Top of Provided records

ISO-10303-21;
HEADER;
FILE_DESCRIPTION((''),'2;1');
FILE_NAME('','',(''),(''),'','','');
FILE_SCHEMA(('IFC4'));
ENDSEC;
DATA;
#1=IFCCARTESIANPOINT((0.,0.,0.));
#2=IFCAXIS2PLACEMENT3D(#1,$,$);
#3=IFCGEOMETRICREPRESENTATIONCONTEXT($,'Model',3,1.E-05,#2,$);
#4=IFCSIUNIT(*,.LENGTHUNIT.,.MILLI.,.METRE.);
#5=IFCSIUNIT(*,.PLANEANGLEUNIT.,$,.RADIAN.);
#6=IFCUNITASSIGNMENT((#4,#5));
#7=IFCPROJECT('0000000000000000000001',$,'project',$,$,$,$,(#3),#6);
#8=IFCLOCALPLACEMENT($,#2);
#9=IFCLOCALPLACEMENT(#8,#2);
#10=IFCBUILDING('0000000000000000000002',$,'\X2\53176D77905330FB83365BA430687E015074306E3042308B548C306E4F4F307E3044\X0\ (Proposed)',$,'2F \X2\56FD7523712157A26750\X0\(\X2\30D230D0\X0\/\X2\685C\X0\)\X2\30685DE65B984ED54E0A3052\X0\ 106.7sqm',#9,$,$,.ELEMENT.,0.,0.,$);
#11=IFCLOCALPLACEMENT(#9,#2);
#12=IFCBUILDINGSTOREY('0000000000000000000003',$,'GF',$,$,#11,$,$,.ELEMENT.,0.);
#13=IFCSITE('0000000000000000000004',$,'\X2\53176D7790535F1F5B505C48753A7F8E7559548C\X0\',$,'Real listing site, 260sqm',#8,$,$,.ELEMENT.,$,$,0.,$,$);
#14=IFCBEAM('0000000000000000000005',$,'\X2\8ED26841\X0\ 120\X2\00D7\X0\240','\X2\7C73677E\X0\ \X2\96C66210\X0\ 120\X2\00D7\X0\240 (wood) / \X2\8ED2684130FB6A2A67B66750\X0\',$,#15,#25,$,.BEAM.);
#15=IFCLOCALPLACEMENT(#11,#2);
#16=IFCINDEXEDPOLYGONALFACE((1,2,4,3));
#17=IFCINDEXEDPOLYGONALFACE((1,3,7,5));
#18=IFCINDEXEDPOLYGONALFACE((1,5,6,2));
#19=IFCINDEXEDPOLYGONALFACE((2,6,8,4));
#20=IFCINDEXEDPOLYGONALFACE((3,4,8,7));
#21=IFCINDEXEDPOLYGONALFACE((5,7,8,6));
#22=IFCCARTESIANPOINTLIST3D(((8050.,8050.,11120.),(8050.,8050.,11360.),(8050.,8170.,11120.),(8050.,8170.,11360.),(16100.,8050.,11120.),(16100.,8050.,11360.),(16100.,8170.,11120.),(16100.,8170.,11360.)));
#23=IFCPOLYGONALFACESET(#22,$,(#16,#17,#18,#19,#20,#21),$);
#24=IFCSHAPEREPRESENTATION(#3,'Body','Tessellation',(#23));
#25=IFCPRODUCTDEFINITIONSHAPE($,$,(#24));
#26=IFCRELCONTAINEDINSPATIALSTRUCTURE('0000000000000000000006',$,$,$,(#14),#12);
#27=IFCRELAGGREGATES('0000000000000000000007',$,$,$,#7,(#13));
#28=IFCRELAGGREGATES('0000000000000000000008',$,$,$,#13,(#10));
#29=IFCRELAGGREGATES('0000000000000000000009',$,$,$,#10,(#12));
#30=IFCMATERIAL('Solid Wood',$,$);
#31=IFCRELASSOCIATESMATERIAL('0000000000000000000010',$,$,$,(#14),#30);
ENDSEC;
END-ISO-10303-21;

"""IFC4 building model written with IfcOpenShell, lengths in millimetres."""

from ifc_helpers import new_model, si_unit, frame, frame_2d, origin, place, context, project, spatial, rectangle, extrude, material, element, save


model = new_model("IFC4")

# Units and contexts
model_context = context("Model", 3, precision=1e-05, world=origin())
ifc_project = project(units=[si_unit("LENGTHUNIT", "METRE", prefix="MILLI"), si_unit("PLANEANGLEUNIT", "RADIAN")], contexts=[model_context])

# Site, building, storey
site_placement = place(None, origin())
site = spatial("IfcSite", under=ifc_project, at=site_placement, Name="北海道弟子屈町美留和", ObjectType="Real listing site, 260sqm", CompositionType="ELEMENT", RefElevation=0.0)
building_placement = place(site_placement, origin())
building = spatial("IfcBuilding", under=site, at=building_placement, Name="北海道・茶室と縁側のある和の住まい (Proposed)", ObjectType="2F 国産無垢材(ヒバ/桜)と左官仕上げ 106.7sqm", CompositionType="ELEMENT", ElevationOfRefHeight=0.0, ElevationOfTerrain=0.0)
storey_placement = place(building_placement, origin())
storey = spatial("IfcBuildingStorey", under=building, at=storey_placement, Name="GF", CompositionType="ELEMENT", Elevation=0.0)

# Shared definitions
ifc_material_1 = material(Name="Solid Wood")

# Beam
beam_1_placement = place(storey_placement, frame((4025.0, 4025.0, 5560.0)))
element("IfcBeam", 1, at=beam_1_placement, inside=storey, material=ifc_material_1, Name="軒桁 120×240", Description="米松 集成 120×240 (wood) / 軒桁・横架材", PredefinedType="BEAM", context=model_context, shape_type="SweptSolid", body=[
    extrude(rectangle(XDim=8050.0, YDim=120.0, at=frame_2d((4025.0, 60.0))), frame((4025.0, 4025.0, 5560.0)), (0.0, 0.0, 1.0), 240.0),
])

save(model, "model.ifc")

Bottom of Provided records

* _Task to carry out_
Give again exactly, and only, the lines above starting at the one with "#28=IFCRELAGGREGATES('0000000000000000000008',$,$,$,#13,(#10));" and ending at the one with "END-ISO-10303-21;".

* _Exercise answer_
#28=IFCRELAGGREGATES('0000000000000000000008',$,$,$,#13,(#10));
#29=IFCRELAGGREGATES('0000000000000000000009',$,$,$,#10,(#12));
#30=IFCMATERIAL('Solid Wood',$,$);
#31=IFCRELASSOCIATESMATERIAL('0000000000000000000010',$,$,$,(#14),#30);
ENDSEC;
END-ISO-10303-21;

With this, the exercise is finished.